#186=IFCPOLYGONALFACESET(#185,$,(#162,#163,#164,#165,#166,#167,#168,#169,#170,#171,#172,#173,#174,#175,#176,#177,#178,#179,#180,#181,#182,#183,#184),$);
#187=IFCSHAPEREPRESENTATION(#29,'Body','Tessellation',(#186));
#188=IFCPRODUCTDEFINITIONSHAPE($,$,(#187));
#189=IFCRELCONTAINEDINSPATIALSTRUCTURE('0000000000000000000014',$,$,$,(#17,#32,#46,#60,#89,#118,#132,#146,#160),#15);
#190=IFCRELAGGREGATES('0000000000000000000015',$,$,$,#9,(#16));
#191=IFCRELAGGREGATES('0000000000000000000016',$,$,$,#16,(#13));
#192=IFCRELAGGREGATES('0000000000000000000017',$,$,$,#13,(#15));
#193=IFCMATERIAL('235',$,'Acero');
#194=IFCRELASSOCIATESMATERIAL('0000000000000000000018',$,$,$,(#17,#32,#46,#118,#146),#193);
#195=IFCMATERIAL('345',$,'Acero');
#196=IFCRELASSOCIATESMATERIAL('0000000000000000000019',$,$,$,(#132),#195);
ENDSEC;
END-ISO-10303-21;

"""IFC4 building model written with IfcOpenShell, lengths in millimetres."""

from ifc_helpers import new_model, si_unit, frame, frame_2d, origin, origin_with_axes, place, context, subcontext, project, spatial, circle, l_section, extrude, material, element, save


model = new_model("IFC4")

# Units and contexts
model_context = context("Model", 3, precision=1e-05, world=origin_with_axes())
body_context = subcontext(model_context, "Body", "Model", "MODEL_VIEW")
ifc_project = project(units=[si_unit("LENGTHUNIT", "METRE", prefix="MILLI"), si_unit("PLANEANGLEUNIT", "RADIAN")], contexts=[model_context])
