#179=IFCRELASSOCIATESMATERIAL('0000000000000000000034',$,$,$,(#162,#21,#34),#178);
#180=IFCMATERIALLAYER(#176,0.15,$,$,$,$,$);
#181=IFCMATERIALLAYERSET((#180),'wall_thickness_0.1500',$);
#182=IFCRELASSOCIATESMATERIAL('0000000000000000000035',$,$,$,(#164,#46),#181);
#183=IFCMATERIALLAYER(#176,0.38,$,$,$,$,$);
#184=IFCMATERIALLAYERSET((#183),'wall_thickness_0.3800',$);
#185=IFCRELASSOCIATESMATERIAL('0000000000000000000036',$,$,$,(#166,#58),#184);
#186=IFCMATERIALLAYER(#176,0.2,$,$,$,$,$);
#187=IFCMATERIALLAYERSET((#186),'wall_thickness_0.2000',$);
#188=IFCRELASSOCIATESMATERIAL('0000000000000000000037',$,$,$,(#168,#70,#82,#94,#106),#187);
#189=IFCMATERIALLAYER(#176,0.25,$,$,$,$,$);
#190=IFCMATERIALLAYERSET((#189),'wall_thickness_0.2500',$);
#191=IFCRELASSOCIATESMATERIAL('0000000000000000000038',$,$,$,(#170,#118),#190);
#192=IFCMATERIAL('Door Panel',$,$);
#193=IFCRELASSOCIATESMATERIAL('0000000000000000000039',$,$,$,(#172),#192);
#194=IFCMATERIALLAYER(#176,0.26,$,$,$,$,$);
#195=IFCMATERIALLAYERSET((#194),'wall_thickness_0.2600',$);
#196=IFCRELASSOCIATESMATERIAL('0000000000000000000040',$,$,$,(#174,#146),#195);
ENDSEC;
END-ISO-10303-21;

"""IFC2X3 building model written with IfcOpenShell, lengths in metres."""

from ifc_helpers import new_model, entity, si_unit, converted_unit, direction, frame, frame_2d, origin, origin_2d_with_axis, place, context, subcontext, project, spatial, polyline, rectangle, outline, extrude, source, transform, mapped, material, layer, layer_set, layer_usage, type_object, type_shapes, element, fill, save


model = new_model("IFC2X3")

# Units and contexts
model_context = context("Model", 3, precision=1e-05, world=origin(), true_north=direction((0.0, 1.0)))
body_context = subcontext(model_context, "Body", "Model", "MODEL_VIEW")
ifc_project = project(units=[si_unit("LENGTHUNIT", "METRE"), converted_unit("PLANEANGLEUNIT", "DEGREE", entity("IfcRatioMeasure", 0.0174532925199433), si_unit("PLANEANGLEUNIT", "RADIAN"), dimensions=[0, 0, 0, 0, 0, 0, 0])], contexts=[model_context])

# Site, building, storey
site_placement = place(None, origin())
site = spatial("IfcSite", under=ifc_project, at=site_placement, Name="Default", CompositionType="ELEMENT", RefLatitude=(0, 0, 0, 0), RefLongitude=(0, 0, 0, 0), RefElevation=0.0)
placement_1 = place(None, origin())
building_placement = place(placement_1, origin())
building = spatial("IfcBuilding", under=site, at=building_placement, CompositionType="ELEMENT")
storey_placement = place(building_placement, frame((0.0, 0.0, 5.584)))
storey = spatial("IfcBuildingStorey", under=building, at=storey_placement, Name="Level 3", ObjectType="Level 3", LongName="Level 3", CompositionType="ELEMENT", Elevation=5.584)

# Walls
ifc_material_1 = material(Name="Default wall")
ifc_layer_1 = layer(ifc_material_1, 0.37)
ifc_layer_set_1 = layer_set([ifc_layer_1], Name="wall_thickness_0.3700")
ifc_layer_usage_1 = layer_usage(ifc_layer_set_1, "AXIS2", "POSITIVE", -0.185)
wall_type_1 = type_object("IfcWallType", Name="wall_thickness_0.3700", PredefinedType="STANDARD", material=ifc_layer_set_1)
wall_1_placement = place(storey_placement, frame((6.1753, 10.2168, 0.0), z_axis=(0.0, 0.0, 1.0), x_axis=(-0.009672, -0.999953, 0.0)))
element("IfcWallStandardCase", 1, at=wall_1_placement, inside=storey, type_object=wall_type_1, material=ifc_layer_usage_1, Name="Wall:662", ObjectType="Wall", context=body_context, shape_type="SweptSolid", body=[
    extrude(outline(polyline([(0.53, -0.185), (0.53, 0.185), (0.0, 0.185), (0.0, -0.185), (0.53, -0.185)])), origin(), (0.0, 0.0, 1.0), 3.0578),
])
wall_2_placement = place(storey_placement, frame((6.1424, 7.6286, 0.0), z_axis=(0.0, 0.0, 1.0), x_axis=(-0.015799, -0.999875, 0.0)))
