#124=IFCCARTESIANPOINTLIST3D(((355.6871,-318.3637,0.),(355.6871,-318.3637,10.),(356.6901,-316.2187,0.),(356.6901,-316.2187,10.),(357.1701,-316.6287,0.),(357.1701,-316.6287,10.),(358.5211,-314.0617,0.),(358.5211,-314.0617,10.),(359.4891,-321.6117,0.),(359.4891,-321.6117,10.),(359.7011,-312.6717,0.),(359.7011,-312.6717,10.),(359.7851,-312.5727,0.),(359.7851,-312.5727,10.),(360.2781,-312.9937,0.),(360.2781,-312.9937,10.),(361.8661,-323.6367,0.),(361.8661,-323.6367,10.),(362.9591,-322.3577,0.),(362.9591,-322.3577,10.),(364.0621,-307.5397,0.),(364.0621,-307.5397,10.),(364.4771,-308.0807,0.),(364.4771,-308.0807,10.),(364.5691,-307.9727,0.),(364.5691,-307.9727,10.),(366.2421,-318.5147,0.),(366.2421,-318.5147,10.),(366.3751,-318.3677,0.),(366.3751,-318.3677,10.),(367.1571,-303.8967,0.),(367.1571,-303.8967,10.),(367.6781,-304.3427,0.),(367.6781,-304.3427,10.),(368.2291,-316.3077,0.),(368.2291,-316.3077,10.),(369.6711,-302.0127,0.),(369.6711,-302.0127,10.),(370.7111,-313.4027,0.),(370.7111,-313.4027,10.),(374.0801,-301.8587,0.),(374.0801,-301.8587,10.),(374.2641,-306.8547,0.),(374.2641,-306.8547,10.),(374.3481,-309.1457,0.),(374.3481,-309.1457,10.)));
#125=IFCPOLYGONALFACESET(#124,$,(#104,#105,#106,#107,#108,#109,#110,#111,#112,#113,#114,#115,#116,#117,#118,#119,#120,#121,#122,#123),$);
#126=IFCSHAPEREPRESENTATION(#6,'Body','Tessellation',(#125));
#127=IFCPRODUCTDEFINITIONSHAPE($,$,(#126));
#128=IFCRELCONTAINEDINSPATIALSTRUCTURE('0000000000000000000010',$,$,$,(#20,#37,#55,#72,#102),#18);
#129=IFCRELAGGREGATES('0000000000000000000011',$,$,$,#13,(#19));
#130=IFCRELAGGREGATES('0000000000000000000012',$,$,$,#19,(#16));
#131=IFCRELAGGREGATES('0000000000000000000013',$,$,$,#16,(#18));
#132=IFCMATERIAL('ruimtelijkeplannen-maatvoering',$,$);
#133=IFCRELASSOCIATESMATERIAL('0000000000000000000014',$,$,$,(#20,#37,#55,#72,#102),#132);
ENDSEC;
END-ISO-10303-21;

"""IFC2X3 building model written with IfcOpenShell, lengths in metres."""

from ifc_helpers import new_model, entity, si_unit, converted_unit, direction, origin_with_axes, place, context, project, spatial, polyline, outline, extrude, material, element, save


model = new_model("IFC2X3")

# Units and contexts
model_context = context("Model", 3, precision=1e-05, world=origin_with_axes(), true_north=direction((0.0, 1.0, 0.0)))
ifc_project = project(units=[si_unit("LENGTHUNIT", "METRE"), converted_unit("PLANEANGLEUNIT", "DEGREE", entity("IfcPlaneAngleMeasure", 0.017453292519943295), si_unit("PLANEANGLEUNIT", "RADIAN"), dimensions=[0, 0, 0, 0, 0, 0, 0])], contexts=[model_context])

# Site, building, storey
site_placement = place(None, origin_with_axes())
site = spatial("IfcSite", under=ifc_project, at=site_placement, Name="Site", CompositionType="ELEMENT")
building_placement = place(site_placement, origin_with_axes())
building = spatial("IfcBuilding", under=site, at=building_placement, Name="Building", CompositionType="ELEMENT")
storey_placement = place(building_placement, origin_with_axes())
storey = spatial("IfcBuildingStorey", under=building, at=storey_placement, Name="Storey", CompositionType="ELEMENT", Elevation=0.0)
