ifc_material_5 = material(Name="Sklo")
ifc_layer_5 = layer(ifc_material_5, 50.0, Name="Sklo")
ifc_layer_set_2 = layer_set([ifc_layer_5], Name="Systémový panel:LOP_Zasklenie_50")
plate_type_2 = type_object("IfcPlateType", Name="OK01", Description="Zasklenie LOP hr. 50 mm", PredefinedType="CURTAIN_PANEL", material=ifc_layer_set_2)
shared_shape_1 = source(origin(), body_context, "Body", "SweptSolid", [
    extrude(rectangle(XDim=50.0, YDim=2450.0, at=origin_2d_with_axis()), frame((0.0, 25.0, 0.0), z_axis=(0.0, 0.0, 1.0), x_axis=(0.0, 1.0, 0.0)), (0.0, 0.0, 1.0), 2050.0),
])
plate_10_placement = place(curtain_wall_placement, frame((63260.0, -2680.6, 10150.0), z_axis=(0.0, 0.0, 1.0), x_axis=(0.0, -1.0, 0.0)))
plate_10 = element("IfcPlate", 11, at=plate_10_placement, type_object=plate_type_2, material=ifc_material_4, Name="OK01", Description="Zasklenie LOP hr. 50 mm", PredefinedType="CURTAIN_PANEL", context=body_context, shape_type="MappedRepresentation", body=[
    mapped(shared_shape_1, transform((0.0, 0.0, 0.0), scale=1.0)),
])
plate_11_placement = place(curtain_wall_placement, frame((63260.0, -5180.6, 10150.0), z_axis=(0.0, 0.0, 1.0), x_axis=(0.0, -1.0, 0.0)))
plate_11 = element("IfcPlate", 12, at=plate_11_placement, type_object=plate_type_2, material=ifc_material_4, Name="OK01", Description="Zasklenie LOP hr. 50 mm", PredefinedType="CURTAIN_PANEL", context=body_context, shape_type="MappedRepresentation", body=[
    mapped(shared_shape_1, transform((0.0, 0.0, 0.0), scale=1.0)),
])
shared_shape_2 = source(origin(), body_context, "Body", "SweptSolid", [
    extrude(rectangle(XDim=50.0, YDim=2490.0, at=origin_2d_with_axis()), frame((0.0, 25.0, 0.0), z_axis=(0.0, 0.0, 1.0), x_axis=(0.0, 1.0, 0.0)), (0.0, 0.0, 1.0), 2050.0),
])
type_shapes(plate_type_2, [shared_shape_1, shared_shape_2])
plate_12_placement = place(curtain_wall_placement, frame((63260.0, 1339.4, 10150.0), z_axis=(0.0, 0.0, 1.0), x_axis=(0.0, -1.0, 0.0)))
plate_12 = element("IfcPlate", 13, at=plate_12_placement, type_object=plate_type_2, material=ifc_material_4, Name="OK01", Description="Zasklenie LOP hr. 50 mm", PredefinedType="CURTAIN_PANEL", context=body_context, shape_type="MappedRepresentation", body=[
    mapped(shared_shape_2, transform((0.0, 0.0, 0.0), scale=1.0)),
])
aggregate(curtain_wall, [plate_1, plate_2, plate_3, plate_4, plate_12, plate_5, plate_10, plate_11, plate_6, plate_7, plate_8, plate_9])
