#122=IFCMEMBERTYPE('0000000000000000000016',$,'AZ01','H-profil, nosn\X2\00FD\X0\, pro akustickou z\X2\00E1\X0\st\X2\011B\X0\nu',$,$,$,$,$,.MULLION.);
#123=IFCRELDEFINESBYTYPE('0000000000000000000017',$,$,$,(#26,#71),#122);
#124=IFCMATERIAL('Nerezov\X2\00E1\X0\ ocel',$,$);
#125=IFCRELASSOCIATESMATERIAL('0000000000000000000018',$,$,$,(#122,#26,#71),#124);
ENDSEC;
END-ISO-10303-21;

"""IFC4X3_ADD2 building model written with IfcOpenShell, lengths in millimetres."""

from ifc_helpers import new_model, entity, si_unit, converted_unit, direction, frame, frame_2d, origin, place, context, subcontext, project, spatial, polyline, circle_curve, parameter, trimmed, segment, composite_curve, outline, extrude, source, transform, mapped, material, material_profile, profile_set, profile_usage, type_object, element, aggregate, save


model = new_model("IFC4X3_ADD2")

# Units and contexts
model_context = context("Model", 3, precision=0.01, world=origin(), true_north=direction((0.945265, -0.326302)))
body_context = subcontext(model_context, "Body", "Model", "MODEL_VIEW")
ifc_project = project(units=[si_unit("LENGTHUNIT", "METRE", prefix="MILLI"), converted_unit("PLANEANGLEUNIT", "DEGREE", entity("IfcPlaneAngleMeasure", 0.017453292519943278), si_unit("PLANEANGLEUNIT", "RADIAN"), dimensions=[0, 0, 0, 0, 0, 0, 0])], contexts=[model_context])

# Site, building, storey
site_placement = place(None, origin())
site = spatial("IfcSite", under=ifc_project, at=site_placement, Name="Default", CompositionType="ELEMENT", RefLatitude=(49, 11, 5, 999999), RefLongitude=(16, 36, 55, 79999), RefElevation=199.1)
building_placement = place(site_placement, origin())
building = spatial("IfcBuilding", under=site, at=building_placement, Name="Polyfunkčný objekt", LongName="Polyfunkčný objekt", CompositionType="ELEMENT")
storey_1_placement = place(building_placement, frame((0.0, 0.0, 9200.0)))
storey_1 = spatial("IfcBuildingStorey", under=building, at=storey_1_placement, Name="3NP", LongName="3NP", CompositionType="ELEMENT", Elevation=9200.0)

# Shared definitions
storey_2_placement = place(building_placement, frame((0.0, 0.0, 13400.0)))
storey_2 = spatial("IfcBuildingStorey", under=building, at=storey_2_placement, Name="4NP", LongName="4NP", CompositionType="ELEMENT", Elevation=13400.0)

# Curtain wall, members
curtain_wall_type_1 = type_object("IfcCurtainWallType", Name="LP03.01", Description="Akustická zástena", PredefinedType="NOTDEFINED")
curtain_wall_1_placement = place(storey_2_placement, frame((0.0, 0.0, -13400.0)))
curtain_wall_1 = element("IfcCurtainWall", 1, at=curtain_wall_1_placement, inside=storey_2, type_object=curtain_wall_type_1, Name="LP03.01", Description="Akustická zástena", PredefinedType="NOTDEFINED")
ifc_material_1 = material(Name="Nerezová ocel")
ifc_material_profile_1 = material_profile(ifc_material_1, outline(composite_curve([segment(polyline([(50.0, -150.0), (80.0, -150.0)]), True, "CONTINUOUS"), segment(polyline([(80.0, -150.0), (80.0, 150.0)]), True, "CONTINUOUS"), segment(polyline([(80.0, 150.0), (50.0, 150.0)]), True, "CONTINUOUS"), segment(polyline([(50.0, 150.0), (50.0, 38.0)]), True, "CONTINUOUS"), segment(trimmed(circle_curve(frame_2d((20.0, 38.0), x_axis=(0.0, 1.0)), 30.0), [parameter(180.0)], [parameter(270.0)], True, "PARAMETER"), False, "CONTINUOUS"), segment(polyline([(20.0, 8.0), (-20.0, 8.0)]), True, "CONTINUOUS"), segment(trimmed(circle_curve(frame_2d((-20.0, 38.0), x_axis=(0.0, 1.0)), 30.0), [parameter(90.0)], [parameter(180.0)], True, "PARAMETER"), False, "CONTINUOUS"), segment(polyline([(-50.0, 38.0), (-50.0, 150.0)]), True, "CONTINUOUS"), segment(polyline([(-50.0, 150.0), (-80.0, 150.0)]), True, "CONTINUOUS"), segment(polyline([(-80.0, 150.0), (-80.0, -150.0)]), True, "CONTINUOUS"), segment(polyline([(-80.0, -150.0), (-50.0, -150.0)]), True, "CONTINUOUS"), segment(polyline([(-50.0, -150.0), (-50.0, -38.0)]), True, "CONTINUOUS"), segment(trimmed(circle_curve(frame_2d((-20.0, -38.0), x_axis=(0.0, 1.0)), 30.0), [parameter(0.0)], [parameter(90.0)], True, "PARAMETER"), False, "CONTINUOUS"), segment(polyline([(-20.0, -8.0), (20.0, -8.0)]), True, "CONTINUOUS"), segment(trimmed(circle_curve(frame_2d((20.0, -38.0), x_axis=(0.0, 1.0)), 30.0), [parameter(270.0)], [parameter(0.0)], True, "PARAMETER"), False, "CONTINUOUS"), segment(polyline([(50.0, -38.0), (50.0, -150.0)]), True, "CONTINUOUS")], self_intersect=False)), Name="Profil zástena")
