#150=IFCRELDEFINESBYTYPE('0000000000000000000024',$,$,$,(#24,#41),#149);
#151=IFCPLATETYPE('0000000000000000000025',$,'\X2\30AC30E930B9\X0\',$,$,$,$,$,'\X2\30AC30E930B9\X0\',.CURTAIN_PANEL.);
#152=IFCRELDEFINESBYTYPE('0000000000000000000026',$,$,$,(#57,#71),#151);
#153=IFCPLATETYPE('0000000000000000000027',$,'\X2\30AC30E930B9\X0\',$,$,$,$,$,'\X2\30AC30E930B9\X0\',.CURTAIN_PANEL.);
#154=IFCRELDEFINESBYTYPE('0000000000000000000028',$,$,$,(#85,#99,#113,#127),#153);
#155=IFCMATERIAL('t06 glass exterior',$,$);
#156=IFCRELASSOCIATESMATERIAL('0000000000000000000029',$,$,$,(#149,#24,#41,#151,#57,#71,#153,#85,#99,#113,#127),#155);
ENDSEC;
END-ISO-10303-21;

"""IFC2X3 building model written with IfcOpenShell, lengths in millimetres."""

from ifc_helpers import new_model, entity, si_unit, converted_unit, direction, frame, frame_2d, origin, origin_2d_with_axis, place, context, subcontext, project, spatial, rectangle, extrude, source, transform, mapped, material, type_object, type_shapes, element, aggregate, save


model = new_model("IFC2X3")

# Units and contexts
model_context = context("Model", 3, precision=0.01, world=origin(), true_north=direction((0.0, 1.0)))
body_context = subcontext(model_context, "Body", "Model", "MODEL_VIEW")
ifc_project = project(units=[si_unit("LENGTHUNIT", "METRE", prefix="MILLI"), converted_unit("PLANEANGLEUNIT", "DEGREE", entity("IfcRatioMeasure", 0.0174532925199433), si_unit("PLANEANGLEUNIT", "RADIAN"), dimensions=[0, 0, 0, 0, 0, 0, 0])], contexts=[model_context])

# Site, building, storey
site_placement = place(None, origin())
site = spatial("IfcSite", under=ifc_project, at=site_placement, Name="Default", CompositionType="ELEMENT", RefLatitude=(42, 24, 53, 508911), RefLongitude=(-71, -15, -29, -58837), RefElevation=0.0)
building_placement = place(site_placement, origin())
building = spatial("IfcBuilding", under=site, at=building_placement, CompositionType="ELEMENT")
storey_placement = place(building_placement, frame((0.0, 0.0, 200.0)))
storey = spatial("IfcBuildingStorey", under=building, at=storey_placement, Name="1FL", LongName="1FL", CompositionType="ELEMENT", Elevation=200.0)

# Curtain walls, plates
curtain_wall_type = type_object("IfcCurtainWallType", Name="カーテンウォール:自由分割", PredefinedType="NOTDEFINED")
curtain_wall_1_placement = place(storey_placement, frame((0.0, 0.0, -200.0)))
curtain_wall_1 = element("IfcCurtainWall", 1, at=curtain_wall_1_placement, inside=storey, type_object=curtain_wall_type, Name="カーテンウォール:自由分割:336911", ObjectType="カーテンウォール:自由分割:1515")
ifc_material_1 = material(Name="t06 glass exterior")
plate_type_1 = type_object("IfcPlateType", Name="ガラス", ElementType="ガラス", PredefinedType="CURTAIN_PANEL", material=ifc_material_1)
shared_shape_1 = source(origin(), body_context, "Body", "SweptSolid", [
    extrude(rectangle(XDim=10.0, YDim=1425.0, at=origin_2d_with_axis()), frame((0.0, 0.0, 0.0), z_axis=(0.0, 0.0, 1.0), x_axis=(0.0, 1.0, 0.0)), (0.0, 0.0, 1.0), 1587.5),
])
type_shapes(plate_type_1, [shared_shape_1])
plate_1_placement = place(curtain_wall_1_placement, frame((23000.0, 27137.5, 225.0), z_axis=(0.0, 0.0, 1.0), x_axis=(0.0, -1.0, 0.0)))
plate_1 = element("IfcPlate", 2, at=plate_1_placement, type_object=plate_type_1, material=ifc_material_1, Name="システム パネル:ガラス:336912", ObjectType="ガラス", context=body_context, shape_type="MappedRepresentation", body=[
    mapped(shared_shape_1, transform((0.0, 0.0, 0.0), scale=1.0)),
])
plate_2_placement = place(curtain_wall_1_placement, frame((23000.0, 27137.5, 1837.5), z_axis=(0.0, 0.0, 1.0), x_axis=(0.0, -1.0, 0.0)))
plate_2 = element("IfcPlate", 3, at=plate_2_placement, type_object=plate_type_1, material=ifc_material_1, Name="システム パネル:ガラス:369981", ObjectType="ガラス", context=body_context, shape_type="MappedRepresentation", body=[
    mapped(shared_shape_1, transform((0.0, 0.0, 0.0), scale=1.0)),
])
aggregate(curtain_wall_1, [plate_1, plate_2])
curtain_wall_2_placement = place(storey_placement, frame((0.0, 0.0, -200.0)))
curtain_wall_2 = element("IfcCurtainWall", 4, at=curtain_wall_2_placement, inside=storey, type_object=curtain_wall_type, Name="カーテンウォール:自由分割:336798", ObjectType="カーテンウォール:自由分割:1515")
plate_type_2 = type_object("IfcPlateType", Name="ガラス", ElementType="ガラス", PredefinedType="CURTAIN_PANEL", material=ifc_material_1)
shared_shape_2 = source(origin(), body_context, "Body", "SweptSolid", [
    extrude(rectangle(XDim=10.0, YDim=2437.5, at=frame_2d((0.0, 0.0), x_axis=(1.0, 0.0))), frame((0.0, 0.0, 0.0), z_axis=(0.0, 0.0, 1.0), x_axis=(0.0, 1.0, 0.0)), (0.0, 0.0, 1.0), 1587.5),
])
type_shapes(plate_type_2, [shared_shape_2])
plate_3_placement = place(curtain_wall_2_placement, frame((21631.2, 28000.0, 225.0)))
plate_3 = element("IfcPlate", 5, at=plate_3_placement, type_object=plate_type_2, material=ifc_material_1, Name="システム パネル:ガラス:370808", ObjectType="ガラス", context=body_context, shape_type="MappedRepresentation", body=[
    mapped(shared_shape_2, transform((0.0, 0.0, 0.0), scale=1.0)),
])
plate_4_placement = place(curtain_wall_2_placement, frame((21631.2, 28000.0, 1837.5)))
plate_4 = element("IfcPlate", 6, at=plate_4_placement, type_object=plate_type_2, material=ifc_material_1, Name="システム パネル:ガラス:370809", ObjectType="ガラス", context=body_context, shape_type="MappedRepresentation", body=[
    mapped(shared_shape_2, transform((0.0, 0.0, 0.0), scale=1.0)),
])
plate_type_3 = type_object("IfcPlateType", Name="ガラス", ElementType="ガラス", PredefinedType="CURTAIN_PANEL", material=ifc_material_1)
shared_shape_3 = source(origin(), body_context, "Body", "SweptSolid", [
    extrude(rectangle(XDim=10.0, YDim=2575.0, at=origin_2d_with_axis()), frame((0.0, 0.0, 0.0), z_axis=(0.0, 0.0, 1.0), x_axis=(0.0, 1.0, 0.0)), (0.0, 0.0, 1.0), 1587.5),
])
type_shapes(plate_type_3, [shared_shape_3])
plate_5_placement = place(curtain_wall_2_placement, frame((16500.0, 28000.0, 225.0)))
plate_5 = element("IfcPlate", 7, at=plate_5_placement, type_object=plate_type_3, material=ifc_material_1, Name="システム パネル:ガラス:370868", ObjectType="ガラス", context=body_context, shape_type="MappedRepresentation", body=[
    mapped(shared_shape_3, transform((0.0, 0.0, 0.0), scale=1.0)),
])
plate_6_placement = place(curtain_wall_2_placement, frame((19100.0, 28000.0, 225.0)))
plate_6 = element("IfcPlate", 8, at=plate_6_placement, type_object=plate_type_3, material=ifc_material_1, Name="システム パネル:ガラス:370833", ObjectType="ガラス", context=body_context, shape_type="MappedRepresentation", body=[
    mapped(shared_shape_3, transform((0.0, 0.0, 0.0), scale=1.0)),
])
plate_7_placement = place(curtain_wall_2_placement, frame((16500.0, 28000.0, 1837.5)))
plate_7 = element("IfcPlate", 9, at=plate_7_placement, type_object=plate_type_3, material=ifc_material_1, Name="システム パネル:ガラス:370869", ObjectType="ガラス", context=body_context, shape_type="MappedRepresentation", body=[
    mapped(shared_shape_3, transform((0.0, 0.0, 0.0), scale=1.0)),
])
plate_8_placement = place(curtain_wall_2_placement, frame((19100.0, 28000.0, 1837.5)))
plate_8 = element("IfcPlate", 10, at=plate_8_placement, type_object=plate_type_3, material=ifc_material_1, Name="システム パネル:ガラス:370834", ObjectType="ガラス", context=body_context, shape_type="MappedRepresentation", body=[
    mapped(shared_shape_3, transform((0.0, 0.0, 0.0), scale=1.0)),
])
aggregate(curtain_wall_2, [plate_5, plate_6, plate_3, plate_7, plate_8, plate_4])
• • • •
**TASK ITEM**
Please give the number of lines in the data above that include the string "IfcOpenShell", and nothing else.

**OUTPUT FOR THIS EXERCISE**
5